AIM OF THE TASK
Search the lines of the records for the word "below", and copy every line that has it.

Saved entries:
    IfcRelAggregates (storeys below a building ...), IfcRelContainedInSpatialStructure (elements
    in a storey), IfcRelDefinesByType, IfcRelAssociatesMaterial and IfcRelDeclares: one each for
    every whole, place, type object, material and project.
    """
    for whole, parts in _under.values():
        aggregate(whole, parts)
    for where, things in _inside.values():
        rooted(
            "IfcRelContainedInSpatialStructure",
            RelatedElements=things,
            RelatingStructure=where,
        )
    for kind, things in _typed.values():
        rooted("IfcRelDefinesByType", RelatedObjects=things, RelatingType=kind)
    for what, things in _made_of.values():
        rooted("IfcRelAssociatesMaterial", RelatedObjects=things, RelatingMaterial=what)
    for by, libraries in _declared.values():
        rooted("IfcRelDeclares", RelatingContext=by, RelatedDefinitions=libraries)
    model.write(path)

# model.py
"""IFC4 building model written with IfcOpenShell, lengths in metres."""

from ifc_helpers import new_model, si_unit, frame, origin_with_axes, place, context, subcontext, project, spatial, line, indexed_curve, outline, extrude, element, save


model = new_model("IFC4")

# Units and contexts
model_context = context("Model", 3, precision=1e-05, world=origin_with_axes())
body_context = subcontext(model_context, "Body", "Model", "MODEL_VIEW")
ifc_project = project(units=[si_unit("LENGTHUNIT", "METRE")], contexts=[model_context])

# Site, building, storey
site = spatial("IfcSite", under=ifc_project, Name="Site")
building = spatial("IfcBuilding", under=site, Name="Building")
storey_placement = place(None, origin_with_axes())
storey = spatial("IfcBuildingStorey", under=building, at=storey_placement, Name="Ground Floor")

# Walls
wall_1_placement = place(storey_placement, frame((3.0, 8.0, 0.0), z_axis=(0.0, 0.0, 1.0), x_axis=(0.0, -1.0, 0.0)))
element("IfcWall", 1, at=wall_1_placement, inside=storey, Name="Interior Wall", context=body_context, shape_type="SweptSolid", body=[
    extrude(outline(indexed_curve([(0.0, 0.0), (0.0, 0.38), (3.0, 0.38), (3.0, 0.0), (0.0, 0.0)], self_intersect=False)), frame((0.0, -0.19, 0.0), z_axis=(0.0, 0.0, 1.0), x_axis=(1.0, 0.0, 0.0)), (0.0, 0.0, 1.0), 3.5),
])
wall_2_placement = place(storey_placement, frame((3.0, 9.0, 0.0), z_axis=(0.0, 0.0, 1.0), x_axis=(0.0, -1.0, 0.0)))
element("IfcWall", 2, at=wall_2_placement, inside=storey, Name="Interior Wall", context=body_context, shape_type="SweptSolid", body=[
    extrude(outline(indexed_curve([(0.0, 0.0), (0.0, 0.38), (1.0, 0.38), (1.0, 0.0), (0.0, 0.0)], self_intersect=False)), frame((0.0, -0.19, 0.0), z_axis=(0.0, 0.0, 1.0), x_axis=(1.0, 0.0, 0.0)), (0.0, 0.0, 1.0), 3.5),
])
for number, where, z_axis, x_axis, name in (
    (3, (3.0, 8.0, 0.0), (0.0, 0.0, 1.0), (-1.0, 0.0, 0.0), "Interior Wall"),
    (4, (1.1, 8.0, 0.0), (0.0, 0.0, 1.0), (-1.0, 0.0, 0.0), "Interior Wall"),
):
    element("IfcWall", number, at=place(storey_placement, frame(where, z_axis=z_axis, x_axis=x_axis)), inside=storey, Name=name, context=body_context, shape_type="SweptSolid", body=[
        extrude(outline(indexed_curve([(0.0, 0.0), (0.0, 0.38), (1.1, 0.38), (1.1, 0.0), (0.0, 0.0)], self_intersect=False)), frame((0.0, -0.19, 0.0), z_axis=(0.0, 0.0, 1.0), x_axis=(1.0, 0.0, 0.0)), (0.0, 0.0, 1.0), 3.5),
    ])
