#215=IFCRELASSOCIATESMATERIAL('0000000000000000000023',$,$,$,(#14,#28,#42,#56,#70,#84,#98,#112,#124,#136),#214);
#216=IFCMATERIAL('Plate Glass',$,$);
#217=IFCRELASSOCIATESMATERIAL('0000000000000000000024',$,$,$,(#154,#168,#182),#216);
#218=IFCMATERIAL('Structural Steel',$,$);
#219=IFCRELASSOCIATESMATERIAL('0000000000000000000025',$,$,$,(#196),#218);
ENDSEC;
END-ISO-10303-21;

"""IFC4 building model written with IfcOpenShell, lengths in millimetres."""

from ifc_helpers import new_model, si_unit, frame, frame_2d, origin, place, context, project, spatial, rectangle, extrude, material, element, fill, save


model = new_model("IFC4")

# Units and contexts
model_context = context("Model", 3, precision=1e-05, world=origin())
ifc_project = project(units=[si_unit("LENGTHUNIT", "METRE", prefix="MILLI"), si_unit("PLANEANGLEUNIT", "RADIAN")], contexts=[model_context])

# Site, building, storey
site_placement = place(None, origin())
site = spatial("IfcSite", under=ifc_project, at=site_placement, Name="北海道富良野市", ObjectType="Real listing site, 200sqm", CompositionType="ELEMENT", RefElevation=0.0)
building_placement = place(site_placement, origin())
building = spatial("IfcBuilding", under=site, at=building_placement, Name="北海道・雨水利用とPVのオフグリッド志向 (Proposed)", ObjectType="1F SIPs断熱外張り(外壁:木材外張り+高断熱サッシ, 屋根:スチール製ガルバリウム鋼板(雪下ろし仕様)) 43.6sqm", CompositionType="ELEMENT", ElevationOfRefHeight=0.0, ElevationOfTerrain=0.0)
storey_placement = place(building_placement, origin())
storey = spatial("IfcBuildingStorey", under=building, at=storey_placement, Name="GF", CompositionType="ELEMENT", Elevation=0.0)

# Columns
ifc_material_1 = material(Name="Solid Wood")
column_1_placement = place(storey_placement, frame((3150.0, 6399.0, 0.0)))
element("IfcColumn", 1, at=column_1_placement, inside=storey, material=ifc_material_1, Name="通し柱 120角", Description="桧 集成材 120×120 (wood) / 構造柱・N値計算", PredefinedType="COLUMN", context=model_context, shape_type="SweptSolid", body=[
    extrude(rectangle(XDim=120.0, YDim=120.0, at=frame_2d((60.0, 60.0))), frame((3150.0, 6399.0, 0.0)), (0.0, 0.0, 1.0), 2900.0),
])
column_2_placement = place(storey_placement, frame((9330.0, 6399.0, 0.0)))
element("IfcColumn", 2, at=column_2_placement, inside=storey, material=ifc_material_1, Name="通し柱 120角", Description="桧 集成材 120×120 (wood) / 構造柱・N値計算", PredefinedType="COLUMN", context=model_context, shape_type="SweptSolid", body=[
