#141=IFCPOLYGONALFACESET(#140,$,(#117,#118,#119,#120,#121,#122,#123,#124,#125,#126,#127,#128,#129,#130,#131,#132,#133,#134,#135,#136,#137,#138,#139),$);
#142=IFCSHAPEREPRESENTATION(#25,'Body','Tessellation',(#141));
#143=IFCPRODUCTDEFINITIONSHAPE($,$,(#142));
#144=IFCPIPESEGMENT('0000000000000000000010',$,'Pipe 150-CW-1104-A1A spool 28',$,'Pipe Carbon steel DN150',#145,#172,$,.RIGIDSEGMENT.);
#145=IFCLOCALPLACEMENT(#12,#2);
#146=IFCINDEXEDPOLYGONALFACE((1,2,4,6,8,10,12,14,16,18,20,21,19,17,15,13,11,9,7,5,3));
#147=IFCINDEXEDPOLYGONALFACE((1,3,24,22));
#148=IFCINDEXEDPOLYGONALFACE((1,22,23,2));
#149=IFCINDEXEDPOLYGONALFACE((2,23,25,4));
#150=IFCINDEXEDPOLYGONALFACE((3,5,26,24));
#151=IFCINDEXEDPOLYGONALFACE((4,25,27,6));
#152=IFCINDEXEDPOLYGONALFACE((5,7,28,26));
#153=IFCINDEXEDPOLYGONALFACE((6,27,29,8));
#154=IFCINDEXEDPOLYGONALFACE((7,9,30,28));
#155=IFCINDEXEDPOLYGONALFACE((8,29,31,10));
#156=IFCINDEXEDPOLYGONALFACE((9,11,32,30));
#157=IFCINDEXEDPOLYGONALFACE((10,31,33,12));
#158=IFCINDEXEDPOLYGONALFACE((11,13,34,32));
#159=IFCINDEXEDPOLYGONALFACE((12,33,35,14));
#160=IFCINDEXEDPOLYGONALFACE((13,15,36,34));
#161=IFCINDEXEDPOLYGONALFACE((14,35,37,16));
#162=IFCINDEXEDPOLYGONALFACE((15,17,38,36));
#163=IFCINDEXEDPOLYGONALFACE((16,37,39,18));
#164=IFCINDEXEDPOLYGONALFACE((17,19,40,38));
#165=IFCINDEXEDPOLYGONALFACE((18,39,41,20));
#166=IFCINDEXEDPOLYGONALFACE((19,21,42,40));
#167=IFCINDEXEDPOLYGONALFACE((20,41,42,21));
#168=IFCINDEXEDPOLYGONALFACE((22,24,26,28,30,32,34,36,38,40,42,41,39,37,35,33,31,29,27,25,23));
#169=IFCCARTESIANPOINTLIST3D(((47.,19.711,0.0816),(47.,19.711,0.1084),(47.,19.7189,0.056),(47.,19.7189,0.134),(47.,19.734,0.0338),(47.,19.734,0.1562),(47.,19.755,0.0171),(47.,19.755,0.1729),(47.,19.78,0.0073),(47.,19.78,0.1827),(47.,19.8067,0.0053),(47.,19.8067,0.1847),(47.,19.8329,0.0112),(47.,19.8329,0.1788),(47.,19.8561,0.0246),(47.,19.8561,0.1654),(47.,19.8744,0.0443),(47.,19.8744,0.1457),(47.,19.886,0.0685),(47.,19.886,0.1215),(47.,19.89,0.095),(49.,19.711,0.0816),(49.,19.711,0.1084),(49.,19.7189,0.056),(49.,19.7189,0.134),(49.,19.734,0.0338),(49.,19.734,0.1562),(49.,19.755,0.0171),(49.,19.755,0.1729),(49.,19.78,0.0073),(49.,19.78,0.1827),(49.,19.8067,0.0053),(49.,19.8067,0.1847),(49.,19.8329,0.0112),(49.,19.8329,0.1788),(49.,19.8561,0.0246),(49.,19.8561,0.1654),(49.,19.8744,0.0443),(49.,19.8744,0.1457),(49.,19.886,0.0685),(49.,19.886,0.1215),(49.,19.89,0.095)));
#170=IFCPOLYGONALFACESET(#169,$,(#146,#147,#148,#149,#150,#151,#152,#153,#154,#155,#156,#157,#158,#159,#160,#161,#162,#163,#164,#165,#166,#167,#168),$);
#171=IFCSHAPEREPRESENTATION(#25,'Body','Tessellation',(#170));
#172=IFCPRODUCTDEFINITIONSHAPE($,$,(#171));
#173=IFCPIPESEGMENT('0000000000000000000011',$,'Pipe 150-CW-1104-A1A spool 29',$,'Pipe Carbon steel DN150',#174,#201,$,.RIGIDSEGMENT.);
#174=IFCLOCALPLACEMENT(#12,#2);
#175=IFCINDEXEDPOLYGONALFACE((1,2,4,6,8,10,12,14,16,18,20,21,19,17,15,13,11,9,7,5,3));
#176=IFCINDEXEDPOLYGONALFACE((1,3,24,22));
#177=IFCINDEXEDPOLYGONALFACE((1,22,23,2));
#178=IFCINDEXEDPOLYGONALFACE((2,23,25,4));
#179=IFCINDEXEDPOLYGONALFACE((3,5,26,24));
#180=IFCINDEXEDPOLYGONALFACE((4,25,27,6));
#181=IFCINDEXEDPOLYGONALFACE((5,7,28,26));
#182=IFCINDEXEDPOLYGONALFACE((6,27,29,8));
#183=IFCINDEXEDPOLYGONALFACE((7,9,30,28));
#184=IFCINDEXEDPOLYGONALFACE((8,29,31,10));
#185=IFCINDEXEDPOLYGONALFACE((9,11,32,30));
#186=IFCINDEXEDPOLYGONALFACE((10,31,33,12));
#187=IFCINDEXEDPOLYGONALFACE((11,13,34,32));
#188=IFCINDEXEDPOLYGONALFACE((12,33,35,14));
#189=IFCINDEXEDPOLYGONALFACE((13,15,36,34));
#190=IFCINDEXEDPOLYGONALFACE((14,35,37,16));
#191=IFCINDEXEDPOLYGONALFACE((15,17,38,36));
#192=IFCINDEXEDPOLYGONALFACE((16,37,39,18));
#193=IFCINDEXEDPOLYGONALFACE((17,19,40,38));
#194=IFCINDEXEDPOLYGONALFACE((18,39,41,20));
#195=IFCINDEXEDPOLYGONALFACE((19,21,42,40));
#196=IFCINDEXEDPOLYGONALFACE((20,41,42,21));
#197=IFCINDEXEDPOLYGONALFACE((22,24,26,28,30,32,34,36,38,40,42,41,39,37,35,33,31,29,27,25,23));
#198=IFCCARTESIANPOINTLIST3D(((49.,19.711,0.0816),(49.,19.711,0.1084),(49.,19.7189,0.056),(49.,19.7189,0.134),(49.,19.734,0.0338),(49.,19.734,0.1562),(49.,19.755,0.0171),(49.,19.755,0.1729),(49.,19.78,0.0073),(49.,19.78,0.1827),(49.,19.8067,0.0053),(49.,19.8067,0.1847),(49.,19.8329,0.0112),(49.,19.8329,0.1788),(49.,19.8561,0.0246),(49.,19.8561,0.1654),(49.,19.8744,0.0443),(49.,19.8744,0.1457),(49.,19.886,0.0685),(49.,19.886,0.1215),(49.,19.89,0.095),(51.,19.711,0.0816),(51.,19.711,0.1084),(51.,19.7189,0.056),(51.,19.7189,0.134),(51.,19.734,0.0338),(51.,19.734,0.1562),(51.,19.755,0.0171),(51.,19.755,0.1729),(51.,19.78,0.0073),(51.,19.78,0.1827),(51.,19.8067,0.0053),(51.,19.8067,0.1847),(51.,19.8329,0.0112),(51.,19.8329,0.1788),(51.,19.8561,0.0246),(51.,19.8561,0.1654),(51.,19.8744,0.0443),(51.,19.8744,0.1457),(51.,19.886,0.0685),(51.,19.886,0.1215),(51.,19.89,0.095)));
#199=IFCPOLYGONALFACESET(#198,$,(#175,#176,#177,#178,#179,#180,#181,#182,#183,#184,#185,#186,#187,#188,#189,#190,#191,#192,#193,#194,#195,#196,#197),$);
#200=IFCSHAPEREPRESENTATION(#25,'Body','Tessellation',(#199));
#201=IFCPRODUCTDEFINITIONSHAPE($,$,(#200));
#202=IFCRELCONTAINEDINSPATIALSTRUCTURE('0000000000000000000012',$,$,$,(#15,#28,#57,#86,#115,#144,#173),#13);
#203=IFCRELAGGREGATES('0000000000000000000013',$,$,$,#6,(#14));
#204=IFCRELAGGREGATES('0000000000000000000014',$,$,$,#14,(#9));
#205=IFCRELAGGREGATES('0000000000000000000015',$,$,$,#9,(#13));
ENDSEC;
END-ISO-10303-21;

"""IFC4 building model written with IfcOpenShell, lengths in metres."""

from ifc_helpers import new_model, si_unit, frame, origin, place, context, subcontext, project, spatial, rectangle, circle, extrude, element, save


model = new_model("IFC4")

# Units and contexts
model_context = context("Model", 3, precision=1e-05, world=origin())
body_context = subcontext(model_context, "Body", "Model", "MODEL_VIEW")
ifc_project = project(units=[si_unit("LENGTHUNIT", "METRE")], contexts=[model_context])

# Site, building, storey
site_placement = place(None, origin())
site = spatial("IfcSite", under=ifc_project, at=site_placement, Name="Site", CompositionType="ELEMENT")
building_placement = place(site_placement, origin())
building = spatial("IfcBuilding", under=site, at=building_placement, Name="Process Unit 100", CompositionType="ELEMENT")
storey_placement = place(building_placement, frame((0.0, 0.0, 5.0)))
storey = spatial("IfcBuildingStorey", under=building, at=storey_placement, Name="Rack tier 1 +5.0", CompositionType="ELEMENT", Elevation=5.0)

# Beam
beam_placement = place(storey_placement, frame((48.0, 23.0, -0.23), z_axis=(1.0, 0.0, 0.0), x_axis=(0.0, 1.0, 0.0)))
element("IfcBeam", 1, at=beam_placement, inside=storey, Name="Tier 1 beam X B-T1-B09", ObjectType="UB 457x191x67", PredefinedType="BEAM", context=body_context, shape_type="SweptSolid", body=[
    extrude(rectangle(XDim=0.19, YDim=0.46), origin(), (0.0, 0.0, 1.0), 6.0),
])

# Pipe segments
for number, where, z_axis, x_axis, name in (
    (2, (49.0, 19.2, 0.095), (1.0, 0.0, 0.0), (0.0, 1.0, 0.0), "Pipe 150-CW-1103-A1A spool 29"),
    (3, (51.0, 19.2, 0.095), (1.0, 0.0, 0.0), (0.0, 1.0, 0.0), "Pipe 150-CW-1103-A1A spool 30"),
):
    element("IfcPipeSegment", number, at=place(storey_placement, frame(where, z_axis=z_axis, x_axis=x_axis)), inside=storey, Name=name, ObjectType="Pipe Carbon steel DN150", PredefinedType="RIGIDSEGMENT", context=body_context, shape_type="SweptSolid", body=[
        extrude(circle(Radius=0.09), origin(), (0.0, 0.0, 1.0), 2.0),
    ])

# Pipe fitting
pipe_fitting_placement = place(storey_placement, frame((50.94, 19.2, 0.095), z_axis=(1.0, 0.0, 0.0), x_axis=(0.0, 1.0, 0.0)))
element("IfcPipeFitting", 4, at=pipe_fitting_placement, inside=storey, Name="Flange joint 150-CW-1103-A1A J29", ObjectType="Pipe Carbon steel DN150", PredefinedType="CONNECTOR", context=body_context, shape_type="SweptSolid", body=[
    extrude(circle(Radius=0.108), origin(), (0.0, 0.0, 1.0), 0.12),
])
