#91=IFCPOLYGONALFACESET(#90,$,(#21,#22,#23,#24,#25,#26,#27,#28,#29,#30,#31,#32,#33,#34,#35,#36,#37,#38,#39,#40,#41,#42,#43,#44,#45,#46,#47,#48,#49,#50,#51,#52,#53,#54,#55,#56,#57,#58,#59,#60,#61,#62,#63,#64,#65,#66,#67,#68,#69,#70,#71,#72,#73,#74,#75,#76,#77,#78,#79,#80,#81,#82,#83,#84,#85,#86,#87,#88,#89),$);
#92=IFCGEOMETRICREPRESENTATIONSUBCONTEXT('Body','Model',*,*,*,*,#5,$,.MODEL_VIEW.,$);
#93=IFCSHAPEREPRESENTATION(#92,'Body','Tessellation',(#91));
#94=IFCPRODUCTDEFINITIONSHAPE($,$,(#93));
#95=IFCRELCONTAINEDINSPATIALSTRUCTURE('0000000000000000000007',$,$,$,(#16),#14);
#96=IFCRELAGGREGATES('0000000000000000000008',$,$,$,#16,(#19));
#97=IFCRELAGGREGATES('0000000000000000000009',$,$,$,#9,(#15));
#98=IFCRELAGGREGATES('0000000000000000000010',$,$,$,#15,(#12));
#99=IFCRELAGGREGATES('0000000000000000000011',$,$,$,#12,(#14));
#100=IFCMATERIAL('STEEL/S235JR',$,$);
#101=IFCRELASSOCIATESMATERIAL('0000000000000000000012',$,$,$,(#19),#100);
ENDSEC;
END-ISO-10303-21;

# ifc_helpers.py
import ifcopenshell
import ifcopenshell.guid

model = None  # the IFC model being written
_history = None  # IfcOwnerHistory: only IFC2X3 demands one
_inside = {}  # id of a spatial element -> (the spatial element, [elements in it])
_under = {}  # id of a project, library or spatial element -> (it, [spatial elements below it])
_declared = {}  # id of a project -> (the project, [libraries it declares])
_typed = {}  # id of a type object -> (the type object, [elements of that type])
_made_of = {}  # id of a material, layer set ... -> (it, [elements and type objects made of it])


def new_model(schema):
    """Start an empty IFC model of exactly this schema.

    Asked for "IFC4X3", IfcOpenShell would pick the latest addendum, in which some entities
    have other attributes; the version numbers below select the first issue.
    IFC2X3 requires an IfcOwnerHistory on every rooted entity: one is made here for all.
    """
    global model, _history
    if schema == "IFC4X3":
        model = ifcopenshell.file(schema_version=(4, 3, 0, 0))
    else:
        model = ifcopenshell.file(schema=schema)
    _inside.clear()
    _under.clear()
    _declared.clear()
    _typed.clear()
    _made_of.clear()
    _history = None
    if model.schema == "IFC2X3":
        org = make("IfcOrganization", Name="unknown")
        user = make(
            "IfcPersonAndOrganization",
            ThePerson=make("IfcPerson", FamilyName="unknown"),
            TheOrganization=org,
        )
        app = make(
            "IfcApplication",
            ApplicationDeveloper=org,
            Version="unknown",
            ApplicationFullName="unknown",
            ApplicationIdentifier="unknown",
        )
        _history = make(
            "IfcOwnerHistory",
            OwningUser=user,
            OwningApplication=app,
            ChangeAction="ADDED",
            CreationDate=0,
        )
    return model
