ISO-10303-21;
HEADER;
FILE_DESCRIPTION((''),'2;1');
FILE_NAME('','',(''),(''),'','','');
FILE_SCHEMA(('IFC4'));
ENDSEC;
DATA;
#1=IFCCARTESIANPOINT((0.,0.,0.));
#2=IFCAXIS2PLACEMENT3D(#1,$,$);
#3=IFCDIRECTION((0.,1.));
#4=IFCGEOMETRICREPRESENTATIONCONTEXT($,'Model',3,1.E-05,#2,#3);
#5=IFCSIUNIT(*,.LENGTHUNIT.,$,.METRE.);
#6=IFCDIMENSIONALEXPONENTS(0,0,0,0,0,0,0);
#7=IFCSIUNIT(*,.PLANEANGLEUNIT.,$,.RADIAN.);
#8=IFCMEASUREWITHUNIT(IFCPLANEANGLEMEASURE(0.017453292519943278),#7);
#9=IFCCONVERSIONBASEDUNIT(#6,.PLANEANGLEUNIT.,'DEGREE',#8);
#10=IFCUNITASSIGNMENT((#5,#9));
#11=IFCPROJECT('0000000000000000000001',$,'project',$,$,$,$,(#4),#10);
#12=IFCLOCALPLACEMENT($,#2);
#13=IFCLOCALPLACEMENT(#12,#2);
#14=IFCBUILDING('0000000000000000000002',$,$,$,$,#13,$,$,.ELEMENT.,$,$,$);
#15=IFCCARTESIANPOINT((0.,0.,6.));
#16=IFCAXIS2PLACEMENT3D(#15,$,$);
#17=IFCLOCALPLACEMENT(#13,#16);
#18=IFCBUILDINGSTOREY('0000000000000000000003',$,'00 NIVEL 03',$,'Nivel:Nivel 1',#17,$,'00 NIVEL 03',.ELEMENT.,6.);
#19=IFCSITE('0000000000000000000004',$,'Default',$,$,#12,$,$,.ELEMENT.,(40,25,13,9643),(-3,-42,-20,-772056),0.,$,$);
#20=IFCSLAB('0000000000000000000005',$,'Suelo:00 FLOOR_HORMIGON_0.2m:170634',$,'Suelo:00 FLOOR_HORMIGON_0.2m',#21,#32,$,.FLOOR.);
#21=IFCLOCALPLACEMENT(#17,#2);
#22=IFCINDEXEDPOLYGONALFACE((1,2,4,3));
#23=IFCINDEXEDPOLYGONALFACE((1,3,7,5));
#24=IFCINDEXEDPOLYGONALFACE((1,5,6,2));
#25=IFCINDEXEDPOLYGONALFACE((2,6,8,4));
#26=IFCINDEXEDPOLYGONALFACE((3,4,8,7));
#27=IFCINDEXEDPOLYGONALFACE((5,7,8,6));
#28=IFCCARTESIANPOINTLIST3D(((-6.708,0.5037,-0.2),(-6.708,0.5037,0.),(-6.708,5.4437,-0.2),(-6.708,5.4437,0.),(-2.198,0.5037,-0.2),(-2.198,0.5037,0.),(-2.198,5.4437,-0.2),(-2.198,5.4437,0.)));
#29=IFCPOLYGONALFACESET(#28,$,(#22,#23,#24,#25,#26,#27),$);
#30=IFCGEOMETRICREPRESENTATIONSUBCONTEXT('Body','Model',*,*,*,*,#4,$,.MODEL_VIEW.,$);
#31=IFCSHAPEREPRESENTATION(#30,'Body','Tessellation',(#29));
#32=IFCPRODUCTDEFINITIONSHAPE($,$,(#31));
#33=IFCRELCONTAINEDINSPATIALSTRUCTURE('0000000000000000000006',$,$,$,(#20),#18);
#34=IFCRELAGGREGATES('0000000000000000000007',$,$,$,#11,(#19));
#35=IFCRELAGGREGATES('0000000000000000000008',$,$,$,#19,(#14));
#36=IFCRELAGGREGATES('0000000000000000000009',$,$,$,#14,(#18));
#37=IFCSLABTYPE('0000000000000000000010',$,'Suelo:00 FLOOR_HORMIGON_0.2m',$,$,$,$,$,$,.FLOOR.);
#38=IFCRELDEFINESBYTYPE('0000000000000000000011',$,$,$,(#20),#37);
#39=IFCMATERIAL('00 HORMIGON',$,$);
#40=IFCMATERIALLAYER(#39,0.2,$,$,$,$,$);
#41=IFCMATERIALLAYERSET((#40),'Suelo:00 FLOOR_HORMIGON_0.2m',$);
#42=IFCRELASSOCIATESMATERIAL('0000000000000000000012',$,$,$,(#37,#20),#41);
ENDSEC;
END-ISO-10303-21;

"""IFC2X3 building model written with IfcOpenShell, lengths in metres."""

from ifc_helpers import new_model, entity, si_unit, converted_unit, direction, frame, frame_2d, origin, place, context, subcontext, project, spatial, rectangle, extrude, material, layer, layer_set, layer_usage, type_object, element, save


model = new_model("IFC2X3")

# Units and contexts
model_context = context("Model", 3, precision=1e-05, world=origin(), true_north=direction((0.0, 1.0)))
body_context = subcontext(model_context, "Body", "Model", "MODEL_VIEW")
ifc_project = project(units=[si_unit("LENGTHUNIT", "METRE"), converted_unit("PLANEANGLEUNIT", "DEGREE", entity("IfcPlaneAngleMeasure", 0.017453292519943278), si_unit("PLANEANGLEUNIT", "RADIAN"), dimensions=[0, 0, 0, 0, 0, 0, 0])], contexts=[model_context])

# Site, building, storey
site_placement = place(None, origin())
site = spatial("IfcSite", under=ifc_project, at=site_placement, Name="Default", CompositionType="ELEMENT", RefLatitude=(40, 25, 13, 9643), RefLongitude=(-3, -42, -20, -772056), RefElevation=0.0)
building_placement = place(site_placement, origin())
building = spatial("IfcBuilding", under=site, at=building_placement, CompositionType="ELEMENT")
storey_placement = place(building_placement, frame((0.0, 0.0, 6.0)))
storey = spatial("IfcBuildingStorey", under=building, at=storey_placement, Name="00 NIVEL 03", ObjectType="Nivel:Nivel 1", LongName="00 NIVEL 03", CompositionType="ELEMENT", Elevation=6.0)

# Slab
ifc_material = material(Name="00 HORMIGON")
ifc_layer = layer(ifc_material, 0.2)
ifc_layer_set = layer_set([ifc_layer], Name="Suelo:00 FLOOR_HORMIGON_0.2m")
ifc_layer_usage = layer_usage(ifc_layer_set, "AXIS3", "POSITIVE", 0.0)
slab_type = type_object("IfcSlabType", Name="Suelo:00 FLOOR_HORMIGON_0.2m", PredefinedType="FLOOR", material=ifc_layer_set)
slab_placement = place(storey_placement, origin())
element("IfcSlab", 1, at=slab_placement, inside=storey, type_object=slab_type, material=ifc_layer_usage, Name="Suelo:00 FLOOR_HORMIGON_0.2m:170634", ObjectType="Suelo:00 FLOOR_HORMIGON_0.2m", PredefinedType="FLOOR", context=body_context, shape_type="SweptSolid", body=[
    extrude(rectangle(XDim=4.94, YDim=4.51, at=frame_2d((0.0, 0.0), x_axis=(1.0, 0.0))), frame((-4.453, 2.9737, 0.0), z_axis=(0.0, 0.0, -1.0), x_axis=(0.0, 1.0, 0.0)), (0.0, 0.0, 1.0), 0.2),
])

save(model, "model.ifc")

SOLUTION
    IfcRelAggregates (storeys below a building ...), IfcRelContainedInSpatialStructure (elements
_under = {}  # id of a project, library or spatial element -> (it, [spatial elements below it])
    have other attributes; the version numbers below select the first issue.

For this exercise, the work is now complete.